Dissent (Keller, P.J.):
The majority says the language of the applicable statute is plain, but the language is ambiguous and should be resolved in favor of the defendant based on insight gleaned from extra-textual sources. Read the dissent.
This decision will help you only if the primary charged offense was committed before September 1, 2011. After that date, state jail felonies that are punishable under §12.35(a) of the Penal Code cannot be used to enhance a “regular” felony to make a defendant a “true habitual” under §12.42(d).
Comeaux v. State
No. PD-1440-13 10/15/14
May a defendant who used peremptory strikes outside of the “strike zone” (jurors on the panel who are mathematically able to be seated on the jury) complain about a judge’s refusal to strike for cause a juror within the strike zone who could have been removed had the strike not been wasted?
No.

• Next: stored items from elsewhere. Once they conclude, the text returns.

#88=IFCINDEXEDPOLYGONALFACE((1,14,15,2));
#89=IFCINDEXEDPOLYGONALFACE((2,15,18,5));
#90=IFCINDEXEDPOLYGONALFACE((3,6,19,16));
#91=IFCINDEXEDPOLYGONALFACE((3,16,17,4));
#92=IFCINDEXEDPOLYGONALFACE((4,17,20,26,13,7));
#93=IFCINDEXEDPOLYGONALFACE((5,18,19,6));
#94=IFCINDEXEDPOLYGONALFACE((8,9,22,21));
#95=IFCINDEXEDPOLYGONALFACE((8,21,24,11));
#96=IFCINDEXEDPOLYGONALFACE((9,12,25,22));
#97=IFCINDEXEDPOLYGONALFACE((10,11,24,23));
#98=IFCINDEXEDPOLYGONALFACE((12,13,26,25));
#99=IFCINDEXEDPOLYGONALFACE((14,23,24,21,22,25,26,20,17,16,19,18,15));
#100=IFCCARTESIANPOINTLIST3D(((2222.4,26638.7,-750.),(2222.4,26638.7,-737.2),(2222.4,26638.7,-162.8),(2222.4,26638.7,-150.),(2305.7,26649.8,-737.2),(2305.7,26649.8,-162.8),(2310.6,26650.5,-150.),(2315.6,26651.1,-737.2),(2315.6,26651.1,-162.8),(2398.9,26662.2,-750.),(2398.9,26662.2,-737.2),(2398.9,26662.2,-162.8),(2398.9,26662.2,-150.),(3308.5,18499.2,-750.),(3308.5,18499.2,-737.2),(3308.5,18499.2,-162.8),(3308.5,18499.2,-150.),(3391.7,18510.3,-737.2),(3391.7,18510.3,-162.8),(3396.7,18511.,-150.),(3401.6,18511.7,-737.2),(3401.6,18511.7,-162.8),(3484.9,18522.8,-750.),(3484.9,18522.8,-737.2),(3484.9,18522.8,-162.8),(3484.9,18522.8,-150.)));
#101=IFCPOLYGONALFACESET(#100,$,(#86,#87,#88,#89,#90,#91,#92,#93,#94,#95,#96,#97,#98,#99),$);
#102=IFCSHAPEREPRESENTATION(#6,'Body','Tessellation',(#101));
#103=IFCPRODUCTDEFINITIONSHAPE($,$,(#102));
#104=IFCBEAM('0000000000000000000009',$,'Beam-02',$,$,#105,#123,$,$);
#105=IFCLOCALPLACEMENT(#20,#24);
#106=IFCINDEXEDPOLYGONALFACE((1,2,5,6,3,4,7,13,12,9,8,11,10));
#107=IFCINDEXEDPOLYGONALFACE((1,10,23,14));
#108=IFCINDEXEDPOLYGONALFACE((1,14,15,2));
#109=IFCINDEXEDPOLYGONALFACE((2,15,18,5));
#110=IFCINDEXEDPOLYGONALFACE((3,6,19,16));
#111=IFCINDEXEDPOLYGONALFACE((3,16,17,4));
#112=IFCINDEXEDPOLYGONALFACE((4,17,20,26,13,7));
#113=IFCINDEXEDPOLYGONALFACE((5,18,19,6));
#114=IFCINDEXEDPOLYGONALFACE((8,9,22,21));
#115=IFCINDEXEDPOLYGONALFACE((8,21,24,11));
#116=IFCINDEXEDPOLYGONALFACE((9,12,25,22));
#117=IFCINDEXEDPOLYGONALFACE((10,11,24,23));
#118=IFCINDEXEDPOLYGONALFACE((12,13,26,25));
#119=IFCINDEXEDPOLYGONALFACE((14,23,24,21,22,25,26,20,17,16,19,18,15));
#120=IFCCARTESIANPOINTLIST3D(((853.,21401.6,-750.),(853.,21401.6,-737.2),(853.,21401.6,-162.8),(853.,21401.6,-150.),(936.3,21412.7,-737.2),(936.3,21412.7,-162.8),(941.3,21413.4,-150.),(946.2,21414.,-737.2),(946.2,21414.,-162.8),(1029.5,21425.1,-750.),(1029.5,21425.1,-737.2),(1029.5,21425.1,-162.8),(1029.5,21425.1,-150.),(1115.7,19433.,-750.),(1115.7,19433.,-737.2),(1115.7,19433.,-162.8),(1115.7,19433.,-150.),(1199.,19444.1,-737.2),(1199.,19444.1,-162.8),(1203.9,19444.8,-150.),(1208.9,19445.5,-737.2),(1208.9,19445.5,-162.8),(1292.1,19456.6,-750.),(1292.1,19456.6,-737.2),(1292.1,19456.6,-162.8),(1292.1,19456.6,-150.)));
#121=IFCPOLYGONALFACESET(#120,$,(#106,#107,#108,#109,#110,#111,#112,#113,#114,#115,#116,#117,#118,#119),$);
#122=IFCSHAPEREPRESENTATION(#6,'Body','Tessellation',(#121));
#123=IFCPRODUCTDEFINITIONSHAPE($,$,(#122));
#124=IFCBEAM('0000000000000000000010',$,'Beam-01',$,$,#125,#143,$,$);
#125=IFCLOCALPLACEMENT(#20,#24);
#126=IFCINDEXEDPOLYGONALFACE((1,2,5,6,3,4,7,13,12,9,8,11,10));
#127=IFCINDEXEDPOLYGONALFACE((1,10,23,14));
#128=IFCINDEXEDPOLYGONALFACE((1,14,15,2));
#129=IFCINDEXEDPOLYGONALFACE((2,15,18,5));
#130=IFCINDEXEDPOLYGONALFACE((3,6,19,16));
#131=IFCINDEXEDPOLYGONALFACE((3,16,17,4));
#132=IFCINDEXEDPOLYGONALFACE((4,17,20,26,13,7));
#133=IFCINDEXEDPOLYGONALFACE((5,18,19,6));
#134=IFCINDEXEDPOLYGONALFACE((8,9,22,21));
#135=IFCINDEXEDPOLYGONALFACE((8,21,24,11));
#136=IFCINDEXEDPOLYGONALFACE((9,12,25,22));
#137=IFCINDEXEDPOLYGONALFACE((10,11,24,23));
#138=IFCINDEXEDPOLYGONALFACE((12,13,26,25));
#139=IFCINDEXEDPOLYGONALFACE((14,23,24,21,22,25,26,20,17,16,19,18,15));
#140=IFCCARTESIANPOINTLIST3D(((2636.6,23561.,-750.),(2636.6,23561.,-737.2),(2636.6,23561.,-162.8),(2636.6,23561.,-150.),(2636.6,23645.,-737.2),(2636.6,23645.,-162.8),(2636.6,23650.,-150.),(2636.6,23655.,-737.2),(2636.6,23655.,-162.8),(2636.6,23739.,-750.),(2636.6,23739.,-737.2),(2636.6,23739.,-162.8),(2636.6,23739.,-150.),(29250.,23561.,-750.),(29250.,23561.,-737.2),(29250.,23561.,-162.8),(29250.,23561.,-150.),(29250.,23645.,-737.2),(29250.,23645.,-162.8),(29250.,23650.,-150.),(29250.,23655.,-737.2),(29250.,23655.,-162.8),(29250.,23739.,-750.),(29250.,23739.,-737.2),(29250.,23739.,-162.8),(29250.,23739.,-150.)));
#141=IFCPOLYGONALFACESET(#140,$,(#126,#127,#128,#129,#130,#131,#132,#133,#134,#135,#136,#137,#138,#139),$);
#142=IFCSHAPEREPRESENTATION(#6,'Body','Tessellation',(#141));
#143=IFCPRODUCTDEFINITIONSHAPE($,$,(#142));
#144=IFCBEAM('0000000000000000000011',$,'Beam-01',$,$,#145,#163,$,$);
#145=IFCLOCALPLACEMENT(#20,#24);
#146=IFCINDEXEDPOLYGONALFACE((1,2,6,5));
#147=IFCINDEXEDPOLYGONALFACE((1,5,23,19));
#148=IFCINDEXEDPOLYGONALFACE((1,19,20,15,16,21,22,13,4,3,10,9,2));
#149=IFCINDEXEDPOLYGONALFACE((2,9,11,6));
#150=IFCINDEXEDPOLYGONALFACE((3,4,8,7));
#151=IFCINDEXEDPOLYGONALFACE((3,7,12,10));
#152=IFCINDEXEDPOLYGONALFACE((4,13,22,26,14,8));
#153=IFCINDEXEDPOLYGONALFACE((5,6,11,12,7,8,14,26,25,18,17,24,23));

Because the defendant could have struck the juror had he not thrown away a strike on a juror who could not have been seated, the defendant was not harmed by the judge’s denial of a challenge for cause regarding the juror. Read the opinion.
Concurrence (Johnson, J.):
The case clarifies the steps necessary to challenge the seating of a juror. Read the concurrence.
This decision will really be of assistance to the State only on appeal. It definitely clarifies the law with regard to whether a defendant has been harmed by a trial judge’s allegedly erroneous denial of a challenge for cause. But the odds of a defense lawyer doing what this defendant’s attorney did—exercising a peremptory challenge outside the “strike zone”—are pretty low. But if you actually have have a defense attorney who makes this mistake, this decision will be invaluable to you.
Texas Courts of Appeals
In re Watkins
No. 05-14-01167-CV 10/3/14
Was the State entitled to mandamus relief when the court ordered a pretrial determination of the defendant’s intellectual disability, to be conducted by the trial court itself?
Yes. The question of intellectual disability is a question of fact that must be determined by the same jury that determines the defendant’s guilt or innocence. Read the opinion.
You would think that a trial judge would not need to be repeatedly reminded about State ex rel. Watkins v. Creuzot, 352 S.W.3d 493 (Tex. Crim. App. 2011), and State ex rel. Lykos v. Fine, 330 S.W.3d 904 (Tex. Crim. App. 2011). But apparently some trial judges have not gotten the message. This is a very thorough decision in its own right, carefully explaining the law regarding the determination of intellectual disability (formerly called mental retardation) in a death penalty case. Great job by the State getting mandamus relief granted.